I was just thinking, its an anti-Estrogen right? So woudlnt it be better than taking all of those "natural testosterone boosters"?


----------



## scbz01602 (May 14, 2006)

No, Nolva is actually not an anti-estrogen, or an aromatase inhibitor for that matter. Nolva is a SERM, a selective estrogen receptor module, moreso it only binds to certain places..... SERM won't let estrogen bind to the breast tissue.

It allows estrogen to be produced in the body, but doesn't allow to bind to cetain places. Anti estrogens prevent the estrogen from even being made.


----------



## skaterdude (May 14, 2006)

scbz01602 said:
			
		

> No, Nolva is actually not an anti-estrogen, or an aromatase inhibitor for that matter. Nolva is a SERM, a selective estrogen receptor module, moreso it only binds to certain places..... SERM won't let estrogen bind to the breast tissue.
> 
> It allows estrogen to be produced in the body, but doesn't allow to bind to cetain places. Anti estrogens prevent the estrogen from even being made.



bingo.


----------



## Mudge (May 14, 2006)

Aromatase inhibitors help prevent the occurence of testosterone from conversion into estrogen by aromatase enzymes, nolvadex occupies the receptor site dissalowing estrogen from binding to it. This is why we call it an anti estrogen. Clomiphene is also a SERM along with tamoxifen.

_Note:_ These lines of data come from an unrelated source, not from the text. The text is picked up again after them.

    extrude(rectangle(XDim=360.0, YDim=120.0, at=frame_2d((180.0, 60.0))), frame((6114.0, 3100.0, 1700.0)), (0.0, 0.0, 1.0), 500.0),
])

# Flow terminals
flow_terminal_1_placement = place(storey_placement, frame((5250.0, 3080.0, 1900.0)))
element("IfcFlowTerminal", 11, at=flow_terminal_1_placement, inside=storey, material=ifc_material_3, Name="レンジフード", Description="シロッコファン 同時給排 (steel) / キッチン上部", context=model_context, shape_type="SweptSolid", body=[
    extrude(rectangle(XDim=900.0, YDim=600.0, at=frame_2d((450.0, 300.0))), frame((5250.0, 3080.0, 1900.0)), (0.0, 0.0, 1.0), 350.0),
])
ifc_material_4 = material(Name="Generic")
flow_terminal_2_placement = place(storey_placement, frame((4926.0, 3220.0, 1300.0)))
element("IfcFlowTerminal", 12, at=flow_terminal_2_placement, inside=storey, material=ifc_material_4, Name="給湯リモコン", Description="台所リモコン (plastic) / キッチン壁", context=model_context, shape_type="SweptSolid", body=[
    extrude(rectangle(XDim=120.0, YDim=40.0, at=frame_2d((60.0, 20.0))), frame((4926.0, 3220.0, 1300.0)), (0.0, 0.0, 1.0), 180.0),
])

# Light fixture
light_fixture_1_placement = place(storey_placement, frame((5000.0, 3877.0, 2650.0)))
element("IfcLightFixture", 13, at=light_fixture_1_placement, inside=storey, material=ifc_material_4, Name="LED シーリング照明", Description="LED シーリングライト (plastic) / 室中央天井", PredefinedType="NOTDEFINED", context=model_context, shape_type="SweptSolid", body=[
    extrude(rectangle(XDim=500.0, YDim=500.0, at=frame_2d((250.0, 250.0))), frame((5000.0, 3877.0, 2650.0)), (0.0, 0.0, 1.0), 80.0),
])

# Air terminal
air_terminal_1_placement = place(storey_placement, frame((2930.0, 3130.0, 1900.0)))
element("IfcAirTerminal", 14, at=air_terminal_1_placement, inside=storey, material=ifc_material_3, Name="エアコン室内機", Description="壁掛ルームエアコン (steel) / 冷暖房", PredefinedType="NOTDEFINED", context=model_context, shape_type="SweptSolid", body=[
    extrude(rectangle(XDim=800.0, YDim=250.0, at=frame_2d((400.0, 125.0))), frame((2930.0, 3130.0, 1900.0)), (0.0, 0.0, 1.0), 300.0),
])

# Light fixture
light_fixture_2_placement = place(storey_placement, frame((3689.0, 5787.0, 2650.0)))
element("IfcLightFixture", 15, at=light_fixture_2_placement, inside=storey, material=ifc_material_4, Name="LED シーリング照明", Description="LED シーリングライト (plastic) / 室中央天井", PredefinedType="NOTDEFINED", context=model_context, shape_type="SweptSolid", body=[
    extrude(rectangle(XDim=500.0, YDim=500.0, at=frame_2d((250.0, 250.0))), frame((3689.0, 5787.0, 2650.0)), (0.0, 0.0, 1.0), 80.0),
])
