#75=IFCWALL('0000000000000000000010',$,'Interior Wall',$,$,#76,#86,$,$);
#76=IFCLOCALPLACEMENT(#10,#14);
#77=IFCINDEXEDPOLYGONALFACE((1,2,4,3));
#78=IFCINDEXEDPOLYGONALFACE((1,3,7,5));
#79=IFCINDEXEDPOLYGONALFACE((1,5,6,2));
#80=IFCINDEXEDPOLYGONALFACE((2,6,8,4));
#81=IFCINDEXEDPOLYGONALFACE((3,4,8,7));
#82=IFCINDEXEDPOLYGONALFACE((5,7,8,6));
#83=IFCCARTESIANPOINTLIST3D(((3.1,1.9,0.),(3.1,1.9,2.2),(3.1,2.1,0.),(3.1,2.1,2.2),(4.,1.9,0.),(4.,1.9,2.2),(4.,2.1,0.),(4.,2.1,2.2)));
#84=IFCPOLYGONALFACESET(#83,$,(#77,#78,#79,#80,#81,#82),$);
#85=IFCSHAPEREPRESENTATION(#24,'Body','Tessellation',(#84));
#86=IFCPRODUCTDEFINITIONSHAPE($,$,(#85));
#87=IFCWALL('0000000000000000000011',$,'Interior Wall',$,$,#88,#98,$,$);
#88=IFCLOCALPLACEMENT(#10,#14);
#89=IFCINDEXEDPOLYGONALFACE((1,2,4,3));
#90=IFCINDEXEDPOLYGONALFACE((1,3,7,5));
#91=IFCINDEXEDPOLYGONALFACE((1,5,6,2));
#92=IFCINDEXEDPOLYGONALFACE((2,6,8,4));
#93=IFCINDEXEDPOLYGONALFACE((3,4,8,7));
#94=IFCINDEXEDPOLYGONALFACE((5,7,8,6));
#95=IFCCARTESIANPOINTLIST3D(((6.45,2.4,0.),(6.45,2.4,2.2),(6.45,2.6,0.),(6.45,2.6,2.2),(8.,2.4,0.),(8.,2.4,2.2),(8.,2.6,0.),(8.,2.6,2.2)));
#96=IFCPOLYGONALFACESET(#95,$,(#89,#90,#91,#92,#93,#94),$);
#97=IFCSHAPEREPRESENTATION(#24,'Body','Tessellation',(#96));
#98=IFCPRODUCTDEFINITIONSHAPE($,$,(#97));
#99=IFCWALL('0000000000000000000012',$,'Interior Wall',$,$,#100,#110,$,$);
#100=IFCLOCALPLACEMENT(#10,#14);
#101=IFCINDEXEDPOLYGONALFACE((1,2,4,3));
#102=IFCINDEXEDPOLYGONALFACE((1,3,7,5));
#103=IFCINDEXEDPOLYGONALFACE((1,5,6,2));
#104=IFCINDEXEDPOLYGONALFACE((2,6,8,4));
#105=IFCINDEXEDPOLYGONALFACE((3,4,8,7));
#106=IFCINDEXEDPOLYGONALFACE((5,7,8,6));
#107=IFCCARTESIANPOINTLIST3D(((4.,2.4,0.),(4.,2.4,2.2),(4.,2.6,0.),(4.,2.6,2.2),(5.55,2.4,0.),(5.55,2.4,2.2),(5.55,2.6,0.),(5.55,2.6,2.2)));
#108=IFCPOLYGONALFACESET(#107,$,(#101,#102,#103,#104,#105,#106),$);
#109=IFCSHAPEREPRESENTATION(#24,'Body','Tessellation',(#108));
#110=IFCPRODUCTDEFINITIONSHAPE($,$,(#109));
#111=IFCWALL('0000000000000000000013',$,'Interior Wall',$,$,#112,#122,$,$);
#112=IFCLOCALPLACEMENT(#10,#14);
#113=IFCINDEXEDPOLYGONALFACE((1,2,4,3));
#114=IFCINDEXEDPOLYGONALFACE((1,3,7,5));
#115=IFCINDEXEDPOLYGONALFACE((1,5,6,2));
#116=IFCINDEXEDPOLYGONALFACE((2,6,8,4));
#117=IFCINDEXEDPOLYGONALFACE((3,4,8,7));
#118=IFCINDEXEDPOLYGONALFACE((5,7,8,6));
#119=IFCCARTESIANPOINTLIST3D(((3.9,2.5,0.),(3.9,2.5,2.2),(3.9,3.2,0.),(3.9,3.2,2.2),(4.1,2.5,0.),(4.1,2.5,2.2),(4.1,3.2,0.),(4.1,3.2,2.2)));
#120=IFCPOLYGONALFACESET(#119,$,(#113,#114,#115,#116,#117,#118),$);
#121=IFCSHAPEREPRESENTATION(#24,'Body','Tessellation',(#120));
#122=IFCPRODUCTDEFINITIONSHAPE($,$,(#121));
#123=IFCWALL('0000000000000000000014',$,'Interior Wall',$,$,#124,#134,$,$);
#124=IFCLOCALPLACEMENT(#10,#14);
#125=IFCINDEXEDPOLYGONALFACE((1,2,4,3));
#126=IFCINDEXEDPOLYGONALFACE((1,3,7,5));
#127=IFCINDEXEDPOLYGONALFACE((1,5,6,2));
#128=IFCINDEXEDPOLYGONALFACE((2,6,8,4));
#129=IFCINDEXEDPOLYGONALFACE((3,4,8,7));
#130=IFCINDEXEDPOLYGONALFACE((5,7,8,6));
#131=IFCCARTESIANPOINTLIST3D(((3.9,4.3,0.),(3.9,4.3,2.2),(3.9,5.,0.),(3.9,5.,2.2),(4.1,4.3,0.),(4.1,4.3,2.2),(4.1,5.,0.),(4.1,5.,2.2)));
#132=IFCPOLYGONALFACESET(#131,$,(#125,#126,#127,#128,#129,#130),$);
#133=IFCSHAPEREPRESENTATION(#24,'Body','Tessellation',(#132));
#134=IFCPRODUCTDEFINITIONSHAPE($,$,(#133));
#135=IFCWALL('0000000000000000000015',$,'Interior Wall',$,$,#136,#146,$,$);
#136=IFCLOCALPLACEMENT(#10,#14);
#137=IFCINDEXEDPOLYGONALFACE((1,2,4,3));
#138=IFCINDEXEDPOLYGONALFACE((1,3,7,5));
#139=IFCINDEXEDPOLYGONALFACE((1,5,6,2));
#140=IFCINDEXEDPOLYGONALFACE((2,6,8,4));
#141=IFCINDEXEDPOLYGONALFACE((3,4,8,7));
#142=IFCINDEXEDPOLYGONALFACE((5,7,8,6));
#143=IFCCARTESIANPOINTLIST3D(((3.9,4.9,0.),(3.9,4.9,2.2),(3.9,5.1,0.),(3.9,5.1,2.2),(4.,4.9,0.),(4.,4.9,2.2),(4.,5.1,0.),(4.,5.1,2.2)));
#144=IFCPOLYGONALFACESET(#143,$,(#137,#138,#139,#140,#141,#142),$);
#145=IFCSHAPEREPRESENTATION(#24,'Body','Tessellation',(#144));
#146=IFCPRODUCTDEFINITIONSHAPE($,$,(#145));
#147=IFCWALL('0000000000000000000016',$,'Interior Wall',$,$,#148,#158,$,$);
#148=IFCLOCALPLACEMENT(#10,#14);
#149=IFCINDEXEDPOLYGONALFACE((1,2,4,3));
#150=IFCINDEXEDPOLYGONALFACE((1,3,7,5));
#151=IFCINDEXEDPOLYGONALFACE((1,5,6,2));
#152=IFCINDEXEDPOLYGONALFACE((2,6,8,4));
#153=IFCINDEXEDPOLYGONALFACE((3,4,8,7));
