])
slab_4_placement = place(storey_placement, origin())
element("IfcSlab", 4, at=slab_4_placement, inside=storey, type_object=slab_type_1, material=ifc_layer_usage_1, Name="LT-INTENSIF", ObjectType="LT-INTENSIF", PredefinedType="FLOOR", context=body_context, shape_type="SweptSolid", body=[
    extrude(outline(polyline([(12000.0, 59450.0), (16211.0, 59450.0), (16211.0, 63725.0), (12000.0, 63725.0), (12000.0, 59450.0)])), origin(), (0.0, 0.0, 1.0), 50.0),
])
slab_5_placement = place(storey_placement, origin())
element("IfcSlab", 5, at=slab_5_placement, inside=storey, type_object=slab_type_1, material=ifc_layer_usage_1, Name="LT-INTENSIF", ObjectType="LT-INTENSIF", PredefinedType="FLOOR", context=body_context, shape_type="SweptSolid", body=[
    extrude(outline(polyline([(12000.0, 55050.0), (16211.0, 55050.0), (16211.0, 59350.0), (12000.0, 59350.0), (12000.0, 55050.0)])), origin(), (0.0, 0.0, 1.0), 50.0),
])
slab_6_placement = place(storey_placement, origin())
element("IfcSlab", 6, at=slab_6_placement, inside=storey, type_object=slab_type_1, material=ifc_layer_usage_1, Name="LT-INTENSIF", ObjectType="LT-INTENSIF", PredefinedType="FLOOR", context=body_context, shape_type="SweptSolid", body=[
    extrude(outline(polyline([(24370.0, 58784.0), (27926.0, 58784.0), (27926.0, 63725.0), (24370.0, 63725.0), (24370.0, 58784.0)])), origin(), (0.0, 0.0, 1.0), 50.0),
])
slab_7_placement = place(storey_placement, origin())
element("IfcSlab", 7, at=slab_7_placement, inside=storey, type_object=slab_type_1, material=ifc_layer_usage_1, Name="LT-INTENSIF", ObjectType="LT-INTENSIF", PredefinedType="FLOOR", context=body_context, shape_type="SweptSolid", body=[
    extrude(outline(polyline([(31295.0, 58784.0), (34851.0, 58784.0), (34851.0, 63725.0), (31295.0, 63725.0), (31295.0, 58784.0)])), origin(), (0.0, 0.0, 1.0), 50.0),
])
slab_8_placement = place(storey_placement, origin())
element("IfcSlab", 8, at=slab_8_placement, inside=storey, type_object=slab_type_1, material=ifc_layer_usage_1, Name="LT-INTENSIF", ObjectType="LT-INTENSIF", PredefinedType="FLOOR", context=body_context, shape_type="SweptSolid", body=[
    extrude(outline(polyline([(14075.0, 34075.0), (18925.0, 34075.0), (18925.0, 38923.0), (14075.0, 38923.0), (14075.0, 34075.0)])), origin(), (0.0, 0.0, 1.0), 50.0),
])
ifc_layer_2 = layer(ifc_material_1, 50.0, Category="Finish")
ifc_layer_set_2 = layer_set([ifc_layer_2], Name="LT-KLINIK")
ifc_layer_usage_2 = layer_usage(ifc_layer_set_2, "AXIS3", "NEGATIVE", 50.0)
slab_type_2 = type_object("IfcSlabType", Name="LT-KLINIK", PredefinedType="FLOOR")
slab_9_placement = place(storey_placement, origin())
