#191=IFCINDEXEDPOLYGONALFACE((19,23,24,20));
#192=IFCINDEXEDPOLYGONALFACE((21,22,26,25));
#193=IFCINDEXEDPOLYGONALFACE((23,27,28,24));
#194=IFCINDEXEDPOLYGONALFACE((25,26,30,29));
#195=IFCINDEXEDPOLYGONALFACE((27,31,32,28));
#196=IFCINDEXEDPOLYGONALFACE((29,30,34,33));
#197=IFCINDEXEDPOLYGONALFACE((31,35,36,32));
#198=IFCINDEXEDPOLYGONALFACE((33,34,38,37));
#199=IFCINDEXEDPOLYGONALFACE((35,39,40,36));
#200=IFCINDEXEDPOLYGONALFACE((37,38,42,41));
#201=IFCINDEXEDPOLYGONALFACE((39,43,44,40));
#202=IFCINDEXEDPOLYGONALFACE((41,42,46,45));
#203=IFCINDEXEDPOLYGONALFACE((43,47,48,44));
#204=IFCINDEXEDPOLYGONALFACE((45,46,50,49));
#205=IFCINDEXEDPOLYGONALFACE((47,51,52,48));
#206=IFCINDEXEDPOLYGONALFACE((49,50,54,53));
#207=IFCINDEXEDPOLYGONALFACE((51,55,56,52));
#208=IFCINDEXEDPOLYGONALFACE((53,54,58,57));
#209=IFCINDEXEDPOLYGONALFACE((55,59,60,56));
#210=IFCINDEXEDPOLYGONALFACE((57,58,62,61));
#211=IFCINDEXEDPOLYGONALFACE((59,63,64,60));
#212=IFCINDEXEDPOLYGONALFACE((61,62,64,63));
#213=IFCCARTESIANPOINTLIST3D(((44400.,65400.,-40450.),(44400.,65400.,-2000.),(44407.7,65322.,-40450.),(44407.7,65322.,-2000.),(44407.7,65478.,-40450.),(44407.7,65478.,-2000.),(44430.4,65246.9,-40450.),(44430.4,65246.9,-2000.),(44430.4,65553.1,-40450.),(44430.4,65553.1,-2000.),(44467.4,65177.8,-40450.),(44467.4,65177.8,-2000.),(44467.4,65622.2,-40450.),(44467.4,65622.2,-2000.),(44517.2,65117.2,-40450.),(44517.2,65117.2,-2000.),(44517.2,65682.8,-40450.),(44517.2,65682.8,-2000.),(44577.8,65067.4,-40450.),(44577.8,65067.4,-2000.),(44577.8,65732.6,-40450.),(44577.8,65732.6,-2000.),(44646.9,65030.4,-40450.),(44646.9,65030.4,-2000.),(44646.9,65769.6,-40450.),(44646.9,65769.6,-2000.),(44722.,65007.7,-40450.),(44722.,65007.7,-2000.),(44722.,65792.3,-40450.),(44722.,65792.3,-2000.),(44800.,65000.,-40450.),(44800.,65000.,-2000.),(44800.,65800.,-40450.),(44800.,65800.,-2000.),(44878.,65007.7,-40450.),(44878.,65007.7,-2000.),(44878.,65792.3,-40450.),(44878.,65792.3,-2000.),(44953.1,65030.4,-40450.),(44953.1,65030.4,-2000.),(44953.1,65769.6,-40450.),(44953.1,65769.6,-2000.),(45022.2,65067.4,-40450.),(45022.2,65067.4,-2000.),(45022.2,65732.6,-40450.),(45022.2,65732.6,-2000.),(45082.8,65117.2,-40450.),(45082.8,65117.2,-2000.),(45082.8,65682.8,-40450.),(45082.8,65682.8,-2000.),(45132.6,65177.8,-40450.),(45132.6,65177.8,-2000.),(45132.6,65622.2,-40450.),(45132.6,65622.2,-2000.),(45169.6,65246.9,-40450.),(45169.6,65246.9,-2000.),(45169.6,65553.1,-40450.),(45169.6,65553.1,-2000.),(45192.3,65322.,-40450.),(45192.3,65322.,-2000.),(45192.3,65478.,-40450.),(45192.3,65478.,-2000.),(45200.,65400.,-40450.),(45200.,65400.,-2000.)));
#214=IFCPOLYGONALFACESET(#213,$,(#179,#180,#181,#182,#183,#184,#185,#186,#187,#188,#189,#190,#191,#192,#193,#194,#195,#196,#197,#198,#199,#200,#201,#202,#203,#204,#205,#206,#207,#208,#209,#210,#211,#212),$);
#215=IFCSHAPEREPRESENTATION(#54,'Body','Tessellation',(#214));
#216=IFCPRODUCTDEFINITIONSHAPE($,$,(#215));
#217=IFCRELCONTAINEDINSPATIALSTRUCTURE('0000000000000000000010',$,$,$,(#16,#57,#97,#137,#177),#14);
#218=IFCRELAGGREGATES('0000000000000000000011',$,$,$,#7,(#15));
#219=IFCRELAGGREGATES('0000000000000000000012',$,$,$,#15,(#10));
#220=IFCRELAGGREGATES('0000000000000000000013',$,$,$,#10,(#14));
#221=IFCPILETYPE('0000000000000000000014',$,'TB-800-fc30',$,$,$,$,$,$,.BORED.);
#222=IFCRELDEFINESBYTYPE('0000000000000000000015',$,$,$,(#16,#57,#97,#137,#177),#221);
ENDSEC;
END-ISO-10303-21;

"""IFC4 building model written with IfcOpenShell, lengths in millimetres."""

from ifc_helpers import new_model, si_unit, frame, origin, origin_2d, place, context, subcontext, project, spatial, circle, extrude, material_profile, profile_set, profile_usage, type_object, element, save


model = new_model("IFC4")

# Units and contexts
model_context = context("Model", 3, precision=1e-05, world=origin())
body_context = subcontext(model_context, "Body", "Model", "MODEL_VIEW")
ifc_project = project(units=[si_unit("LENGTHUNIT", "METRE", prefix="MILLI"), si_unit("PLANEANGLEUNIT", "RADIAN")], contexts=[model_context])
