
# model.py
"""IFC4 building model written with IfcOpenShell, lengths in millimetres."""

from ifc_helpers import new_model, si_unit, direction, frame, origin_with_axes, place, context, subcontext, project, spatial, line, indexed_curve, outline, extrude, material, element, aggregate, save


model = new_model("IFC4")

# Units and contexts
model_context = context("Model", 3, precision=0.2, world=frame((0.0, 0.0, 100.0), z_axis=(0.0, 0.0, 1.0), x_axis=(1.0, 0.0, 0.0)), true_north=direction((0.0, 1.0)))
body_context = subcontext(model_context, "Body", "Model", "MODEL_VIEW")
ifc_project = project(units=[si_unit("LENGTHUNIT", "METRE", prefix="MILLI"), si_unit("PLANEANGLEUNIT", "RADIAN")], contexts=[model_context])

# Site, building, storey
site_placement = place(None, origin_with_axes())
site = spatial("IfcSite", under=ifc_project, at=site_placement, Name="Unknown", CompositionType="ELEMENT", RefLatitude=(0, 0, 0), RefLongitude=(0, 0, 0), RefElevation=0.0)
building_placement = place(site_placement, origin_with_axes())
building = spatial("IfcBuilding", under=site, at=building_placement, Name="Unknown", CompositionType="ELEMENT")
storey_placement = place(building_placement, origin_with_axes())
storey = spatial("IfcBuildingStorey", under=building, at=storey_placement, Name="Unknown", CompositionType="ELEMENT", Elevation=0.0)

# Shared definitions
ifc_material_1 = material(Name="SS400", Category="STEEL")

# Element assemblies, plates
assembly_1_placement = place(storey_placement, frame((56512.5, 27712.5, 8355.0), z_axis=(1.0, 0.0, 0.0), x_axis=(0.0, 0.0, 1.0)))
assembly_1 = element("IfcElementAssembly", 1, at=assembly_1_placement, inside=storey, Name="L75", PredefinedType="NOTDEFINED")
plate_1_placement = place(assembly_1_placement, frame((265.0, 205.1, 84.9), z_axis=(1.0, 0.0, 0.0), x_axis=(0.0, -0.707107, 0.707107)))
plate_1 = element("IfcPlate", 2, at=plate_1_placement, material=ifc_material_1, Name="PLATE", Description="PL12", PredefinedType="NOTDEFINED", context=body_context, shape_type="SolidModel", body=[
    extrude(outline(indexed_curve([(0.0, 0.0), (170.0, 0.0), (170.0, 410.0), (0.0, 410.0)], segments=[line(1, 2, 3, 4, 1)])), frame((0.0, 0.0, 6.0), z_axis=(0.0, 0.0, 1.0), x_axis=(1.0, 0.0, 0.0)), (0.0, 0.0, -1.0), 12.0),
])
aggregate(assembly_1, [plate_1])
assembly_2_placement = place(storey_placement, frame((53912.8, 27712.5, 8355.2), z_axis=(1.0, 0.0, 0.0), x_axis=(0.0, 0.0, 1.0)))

*SERMS (selective estrogen receptor modulators) are compounds that because of their structural conformational shape can bind to estrogen receptors in some tissues and activate estrogen metabolic pathways (thus act like an estrogen) and in other tissues by binding to the estrogen receptor will effectively block the ability of estrogen (thus acting as estrogen blockers).*


----------



## Pirate! (May 14, 2006)

Taking nolva by itself would likely cause a better increase in testosterone than the herbal test boosters on the market. However, I believe it lowers IGF. Some people use it for short periods to keep their test levels up even when not doing steroids or pct.


----------



## Mudge (May 14, 2006)

If you aren't juicing I wouldn't play with other drugs personally. You change one thing in the body and you affect others around them.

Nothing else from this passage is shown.